Matter of Battaglia (Commissioner of Labor)

Matter of Battaglia (Commissioner of Labor) (2019 NY Slip Op 07985)
Matter of Battaglia (Commissioner of Labor)
2019 NY Slip Op 07985
Decided on November 07, 2019
Appellate Division, Third Department
Published by New York State Law Reporting Bureau pursuant to Judiciary Law § 431.
This opinion is uncorrected and subject to revision before publication in the Official Reports.


Decided and Entered: November 07, 2019

529262

[*1]In the Matter of the Claim of Bartolomeo Battaglia, Appellant. Commissioner of Labor, Respondent.


Calendar Date: October 4, 2019
Before: Clark, J.P., Mulvey, Devine and Aarons, JJ.

Bartolomeo Battaglia, Willow, appellant pro se.

Letitia James, Attorney General, New York City (Gary Leibowitz of counsel), for respondent.



Appeal from a decision of the Unemployment Insurance Appeal Board, filed December 6, 2018, which denied claimant's application for reopening and reconsideration of a prior decision.

The Department of Labor issued a determination on January 8, 2018 that disqualified claimant from receiving unemployment insurance benefits beginning on December 10, 2017, because he voluntarily left his employment without good cause. Claimant timely requested a hearing on that determination. Prior to a hearing, the Department issued two additional determinations on February 12, 2018. One determination similarly disqualified claimant from receiving benefits for voluntarily leaving his employment without good cause, but with a beginning date of December 29, 2017. The other determination disqualified claimant from receiving benefits beginning on December 21, 2017 for having lost his employment due to misconduct. Claimant did not request a hearing on the February 2018 determinations until May 14, 2018. Following a hearing on the February 2018 determinations, during which the employer raised a timeliness objection to claimant's request for a hearing on both determinations, an Administrative Law Judge (hereinafter ALJ) found that claimant's challenge to the determination that he had voluntarily left his employment without good cause was timely and overruled that determination. The ALJ sustained the employer's objection as to timeliness of the challenge to the misconduct determination, however, and continued that determination in effect. Claimant sought administrative appeal and, in a decision filed August 3, 2018, the Unemployment Insurance Appeal Board affirmed the ALJ's decision as to the misconduct determination and continued in effect that determination.[FN1] Claimant's September 10, 2018 application to reopen and reconsider the Board's decision was denied in a December 2018 decision, from which claimant appeals.

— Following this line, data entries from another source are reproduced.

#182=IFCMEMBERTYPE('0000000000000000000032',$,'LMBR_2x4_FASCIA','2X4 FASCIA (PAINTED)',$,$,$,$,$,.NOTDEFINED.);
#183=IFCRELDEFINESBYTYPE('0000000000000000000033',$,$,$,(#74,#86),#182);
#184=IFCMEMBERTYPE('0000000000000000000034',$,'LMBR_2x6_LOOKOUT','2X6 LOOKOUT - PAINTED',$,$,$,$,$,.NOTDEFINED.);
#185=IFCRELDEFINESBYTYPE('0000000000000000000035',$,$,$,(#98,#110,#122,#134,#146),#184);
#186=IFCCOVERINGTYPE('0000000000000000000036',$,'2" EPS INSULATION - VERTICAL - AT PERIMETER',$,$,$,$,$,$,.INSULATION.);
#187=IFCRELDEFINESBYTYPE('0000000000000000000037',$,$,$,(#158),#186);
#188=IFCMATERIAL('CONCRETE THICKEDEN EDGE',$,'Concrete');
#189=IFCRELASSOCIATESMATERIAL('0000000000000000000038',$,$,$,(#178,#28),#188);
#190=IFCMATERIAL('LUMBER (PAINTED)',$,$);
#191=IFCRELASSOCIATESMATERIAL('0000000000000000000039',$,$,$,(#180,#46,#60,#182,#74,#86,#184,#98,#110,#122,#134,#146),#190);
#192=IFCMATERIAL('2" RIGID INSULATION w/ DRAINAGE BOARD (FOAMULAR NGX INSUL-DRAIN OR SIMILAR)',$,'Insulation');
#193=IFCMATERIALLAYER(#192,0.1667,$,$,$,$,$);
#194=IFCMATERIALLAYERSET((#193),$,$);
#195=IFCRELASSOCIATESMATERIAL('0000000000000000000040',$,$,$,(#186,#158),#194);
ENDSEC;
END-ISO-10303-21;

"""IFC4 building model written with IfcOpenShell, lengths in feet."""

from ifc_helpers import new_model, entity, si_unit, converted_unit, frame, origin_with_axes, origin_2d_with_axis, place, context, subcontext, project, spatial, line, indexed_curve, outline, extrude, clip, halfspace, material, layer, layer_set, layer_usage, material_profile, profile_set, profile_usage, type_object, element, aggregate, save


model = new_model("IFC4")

We affirm. Initially, claimant is precluded from arguing the merits of the Board's August 3, 2018 decision given his failure to apply to reopen it within 30 days, the period in which the decision could have been appealed (see Matter of Becker [Commissioner of Labor], 108 AD3d 930, 930-931 [2013]; Matter of Howell [Commissioner of Labor], 71 AD3d 1321, 1321 [2010]; Matter of Jackson [Commissioner of Labor], 306 AD2d 604, 604 [2003]). "Whether to grant an application to reopen and reconsider a prior decision is a matter committed to the Board's discretion and, absent an abuse of that discretion, the Board's decision will not be disturbed" (Matter of Basil [Commissioner of Labor], 153 AD3d 1547, 1547 [2017]; accord Matter of Houston [Commissioner of Labor], 170 AD3d 1415, 1416 [2019]). Upon review of the record and claimant's application, we find no abuse of discretion in the Board's denial of claimant's application to reopen and reconsider its prior decision (see Matter of Basil [Commissioner of Labor], 153 AD3d at 1548; Matter of Becker [Commissioner of Labor], 108 AD3d at 931).

Clark, J.P., Mulvey, Devine and Aarons, JJ., concur.

ORDERED that the decision is affirmed, without costs.

Footnotes


Footnote 1: The employer had sought review of the ALJ's decision regarding whether claimant had voluntarily left his employment without good cause. Inasmuch as claimant testified that he had not worked after December 21, 2017, the date the misconduct determination became effective, the Board found that the voluntary leaving of employment determination was moot.